# System time changed by itself



## drhowarddrfine (Oct 7, 2014)

On FreeBSD10, I've been running a server on a KVM for about six months or so and a couple of days ago, the system time moved forward two hours. I think I noticed this last Spring when our clocks roll forward but it's too soon for the clocks to roll back for "daylight savings time" and that change should only be one hour. 

I do have America/Chicago as my timezone in /etc/localtime and a `zdump` shows the time change for November 2nd. So is there something with ntpd() causing this? Don't know.


----------



## max21 (Oct 9, 2014)

I was wondering if anyone seen this type of problem.  Here’s my story but every event may not be the exact way.  I been trying to understand why for months and only accidently fix something without knowing it or did not.  I don't even know where the problem came from; out the box, while ssh'ng ports, or what.

First I thought it was a GNOME issue because the time would show 2 hours behind or ahead (i forgot) of my time set in the BIOS.  After a re-set it would keep coming back after reboot, and stay there.  I learn to live with it.  No ntpd installed and I don’t use it.  I only connect to FreeBSD to install ports and then I pull the internet cable when finish because this machine is not internet ready yet.  It is not a play toy to play guesting games with.  I plan for it to be a secure workstation to connect to remote server someday.

Anyway, I have not been connected to FreeBSD to install anything for a over a week and my time is as of now correct under GNOME.  I think how I fix last week was to pop the battery out the machine 
to drain the BIOS than I reset time and everything else, than GNOME displayed the correct time but it did not help VirtualBox.

That was the other strange thing that been going on since day1 as above; under Virtualbox the time was always ahead or behind by behind hours (I forgot).  But when I set correct time to Windows-XP
and Windows-7 the new time would only keep for a next few seconds after clicking OK than pop back again to the wrong time.  Time zone is unchecked and Internet Time is un-checked for both Windows versions.  It make no since.  I just checked again after reading this thread and Windows time now stay one-hour behind time no matter what I do.

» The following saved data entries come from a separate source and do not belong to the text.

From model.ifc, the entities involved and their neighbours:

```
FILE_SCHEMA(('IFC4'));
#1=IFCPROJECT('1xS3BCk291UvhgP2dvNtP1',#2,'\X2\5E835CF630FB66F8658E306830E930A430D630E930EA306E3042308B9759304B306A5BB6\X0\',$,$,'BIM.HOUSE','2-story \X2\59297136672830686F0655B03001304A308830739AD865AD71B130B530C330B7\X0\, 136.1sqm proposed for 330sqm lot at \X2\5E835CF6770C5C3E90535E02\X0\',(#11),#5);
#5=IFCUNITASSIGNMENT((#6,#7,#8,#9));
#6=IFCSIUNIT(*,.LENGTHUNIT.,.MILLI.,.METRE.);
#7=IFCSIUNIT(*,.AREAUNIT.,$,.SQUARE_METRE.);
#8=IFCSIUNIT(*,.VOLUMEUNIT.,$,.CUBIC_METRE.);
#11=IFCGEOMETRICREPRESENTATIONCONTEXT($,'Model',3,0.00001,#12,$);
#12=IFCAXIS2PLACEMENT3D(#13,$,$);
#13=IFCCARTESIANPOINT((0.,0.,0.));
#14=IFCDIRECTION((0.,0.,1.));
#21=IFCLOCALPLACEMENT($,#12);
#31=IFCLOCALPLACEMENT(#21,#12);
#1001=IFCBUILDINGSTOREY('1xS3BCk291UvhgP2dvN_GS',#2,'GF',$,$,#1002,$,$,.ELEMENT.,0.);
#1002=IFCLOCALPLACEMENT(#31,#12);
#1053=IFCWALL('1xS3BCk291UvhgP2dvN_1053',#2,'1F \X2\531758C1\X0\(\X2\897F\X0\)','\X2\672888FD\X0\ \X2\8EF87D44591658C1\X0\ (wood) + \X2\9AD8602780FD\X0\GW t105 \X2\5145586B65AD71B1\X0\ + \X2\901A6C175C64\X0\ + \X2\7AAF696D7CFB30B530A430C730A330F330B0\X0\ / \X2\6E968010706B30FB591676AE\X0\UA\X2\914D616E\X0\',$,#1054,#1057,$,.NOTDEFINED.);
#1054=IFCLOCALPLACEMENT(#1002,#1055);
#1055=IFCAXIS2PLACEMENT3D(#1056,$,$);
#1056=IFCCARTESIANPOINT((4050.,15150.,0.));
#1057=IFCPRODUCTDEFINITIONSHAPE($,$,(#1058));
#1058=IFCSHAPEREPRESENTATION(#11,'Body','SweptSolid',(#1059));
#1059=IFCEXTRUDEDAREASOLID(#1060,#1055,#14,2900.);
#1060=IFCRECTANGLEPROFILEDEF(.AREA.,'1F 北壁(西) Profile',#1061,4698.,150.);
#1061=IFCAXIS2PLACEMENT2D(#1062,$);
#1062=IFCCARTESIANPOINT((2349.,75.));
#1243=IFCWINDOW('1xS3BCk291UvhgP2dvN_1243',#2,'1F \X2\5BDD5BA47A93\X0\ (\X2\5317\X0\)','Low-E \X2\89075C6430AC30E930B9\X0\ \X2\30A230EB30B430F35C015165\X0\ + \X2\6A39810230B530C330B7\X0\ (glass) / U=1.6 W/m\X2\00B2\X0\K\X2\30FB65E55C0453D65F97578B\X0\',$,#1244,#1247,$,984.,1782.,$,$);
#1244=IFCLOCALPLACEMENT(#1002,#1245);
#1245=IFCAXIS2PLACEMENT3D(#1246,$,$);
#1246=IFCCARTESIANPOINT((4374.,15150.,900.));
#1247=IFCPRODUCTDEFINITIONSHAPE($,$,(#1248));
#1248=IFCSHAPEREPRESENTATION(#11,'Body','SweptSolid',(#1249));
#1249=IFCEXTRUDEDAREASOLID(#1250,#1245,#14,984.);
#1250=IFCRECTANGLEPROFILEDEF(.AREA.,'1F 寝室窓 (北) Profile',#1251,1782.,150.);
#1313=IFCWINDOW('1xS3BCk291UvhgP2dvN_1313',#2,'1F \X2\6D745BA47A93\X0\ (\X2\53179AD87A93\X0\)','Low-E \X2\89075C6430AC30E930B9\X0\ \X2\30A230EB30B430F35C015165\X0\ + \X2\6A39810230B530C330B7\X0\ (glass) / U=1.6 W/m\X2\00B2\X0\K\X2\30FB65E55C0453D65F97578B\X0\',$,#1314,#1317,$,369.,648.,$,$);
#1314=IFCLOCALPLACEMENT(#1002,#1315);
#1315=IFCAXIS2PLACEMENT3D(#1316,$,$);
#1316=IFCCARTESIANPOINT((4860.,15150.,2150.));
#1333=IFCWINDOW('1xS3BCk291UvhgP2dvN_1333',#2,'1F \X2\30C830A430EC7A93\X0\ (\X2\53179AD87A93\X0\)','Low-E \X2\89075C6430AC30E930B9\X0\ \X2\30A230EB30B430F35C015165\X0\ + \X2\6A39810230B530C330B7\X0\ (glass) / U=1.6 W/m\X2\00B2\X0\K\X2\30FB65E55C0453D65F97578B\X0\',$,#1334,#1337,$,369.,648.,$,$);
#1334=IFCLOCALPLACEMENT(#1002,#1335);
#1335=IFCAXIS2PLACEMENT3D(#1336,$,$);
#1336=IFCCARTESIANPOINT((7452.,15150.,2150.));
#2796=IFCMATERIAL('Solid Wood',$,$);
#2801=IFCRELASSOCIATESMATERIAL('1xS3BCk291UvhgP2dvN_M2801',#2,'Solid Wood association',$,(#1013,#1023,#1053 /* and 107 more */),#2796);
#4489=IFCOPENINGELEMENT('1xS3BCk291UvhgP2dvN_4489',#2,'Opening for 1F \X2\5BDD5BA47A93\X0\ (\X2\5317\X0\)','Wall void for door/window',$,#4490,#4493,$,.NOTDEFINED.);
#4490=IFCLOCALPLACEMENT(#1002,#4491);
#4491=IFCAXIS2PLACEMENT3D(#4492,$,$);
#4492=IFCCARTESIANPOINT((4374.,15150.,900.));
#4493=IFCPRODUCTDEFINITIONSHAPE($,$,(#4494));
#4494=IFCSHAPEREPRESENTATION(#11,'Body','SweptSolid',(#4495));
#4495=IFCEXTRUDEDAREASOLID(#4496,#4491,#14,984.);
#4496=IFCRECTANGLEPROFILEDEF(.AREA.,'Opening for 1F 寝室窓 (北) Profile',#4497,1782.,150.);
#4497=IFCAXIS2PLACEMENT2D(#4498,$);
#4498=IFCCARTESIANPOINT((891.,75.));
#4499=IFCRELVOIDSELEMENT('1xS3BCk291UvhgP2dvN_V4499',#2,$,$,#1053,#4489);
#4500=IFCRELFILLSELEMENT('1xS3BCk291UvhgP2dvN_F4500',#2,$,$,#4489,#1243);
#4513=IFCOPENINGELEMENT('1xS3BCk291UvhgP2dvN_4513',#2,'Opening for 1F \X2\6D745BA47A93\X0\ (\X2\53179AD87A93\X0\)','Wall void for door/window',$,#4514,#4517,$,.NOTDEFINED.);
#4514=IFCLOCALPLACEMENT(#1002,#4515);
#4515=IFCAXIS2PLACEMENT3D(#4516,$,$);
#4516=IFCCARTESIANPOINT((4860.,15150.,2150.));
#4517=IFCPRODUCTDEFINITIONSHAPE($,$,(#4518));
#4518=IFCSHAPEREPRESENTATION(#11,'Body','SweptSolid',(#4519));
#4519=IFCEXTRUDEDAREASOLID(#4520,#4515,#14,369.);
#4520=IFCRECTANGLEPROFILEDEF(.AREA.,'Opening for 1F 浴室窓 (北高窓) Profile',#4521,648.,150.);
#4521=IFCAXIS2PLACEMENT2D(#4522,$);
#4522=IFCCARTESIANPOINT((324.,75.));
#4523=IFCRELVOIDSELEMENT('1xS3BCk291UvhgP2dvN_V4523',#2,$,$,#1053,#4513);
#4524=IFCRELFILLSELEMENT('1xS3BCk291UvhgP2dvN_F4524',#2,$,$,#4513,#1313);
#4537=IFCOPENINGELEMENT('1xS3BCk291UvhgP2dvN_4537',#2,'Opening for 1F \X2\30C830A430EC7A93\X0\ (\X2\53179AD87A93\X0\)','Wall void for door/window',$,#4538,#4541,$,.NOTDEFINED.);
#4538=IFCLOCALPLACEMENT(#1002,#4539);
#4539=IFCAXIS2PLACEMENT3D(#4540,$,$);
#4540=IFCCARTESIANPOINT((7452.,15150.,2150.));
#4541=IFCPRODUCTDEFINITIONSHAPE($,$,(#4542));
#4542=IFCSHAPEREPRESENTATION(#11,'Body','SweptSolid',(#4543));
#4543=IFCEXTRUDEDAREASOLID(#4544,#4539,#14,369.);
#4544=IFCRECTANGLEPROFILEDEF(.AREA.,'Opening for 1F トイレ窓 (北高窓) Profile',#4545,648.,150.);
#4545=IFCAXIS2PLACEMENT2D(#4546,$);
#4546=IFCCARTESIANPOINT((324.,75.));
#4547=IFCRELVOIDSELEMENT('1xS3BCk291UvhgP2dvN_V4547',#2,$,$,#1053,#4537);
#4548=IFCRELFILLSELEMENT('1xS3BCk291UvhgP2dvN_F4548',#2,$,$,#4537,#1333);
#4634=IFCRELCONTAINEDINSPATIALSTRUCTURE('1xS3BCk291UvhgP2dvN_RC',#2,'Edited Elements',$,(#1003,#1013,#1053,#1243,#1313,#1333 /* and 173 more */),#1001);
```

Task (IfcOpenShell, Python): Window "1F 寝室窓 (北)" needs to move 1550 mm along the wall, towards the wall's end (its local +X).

```python
import ifcopenshell
import ifcopenshell.api.geometry
import ifcopenshell.util.placement
import ifcopenshell.util.unit

model = ifcopenshell.open("model.ifc")
unit_scale = ifcopenshell.util.unit.calculate_unit_scale(model)

window = model.by_guid("1xS3BCk291UvhgP2dvN_1243")
opening = window.FillsVoids[0].RelatingOpeningElement
wall = opening.VoidsElements[0].RelatingBuildingElement

wall_matrix = ifcopenshell.util.placement.get_local_placement(wall.ObjectPlacement)
shift = wall_matrix[:3, 0] * 1.55 / unit_scale
before = ifcopenshell.util.placement.get_local_placement(window.ObjectPlacement)[:3, 3].copy()

# The window is not placed relative to its opening, so move both.
for product in (opening, window):
    matrix = ifcopenshell.util.placement.get_local_placement(product.ObjectPlacement)
    matrix[:3, 3] += shift
    ifcopenshell.api.geometry.edit_object_placement(model, product=product, matrix=matrix, is_si=False)

after = ifcopenshell.util.placement.get_local_placement(window.ObjectPlacement)[:3, 3]
print("window moved by", (after - before).round(3) + 0.0)

model.write("model_v2.ifc")
```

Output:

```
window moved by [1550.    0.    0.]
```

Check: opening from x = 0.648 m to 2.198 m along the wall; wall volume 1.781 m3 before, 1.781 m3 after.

After fixing GNOME time with BIOS (I think???) than I blame VirtualBox. I said nothing since the question would have not been FreeBSD specific or just overlooked because I would not know how to explain it, not knowing where to begin.  For example, I never thought about ntpd.

All I know is my BIOS had the correct time when I installed FreeBSD-10.0 and everything else within days.  I set UTP eastern time and I never used ntpd.  Maybe it’s safe to guest is it’s a bug, I
just don’t know if connecting to freebsd-update or ports had anything to do with it.  Maybe there is a ntpd leak (forcing usage of ntpd) or it could be a stand-along 10.0 problem.  Who knows?  I live it for nearly two months in hop that next version works by accident.


----------



## Oko (Oct 10, 2014)

Clock drifting is known phenomenon for visualization of any kind as well as the sign of failing hardware. Do you guys have time synchronization daemon on in your KVM (VBox) guests? What about hosts? Another info. Could you please list your time server pool. I had security alerts caused by relativistic effect (yes as in Theory of Relativity) while using remote server for time synchronization. Also be aware that Windows incorrectly uses local instead of UTC as a system time as many Linux distros.
That typically causes UNIX to drift for the time difference between UTC and local time zone.


----------



## max21 (Oct 10, 2014)

@drhowarddrfine's expectations are far deeper than mine, but I will be googling about the things you suggested.  It's all above my knowledge of FreeBSD 

I remember running PC-BSD 8.2 and 9x many months ago, but I was very unhappy that I could not install VirtualBox on my own (it was really the beginning of it _all_). With VirtualBox included under PC-BSD (if I remember correctly) it never had a time problem back than. I wish I had the time, and _will_, to install PC-BSD 10.0 the same way, but I don't because I'm happy with what FreeBSD, SVN and, rest who made it all happen without flaws since this new version.

I figure: parts or most of the answer can be found by comparing PC-BSD. I bet PC-BSD 10.0 doesn't have that problem, and if it does than it's a bug, and if that is not the case than I I bet you are correct about Albert Einstein's theory of relativity. As we all know, PC-BSD can get the job done as good, if not better than Windows or Linux because we can tweak FreeBSD. Straight-FreeBSD is for explorers and maybe it will be around for the next 10,000 years just like aforementioned. What came first, the chip or the onion ring?

Anyway, if by Einstein's theories can't be solved, instead of polluting the space-and-time effect, I'll figure out a way to  write a fix-hour(s)script or program since the minutes and seconds are in tack for what I seen under this ghost for the host. If I am crazy, please don't change me now!


----------



## drhowarddrfine (Oct 11, 2014)

Oko said:
			
		

> Do you guys have time synchronization daemon on in your KVM (VBox) guests? What about hosts?


This is a rented VPS that's running CentOS so I have to ask but I am running ntpd.  


> I had security alerts caused by relativistic effect (yes as in Theory of Relativity) while using remote server for time synchronization.


I'd rather leave my relatives out of this.


> Also be aware that Windows incorrectly uses local instead of UTC as a system time as many Linux distros.


I would never stoop to that level.


> That typically causes UNIX to drift for the time difference between UTC and local time zone.


The problem is, this was an overnight switch, not drift, of two hours. I noticed when my system reporting and security emails were being sent earlier in the day than usual.

I had the system clock set to my local time zone rather than the time zone of where the server is located. Could that be the issue? This new host is the first one I've ever used that wasn't in the same zone I'm in.


----------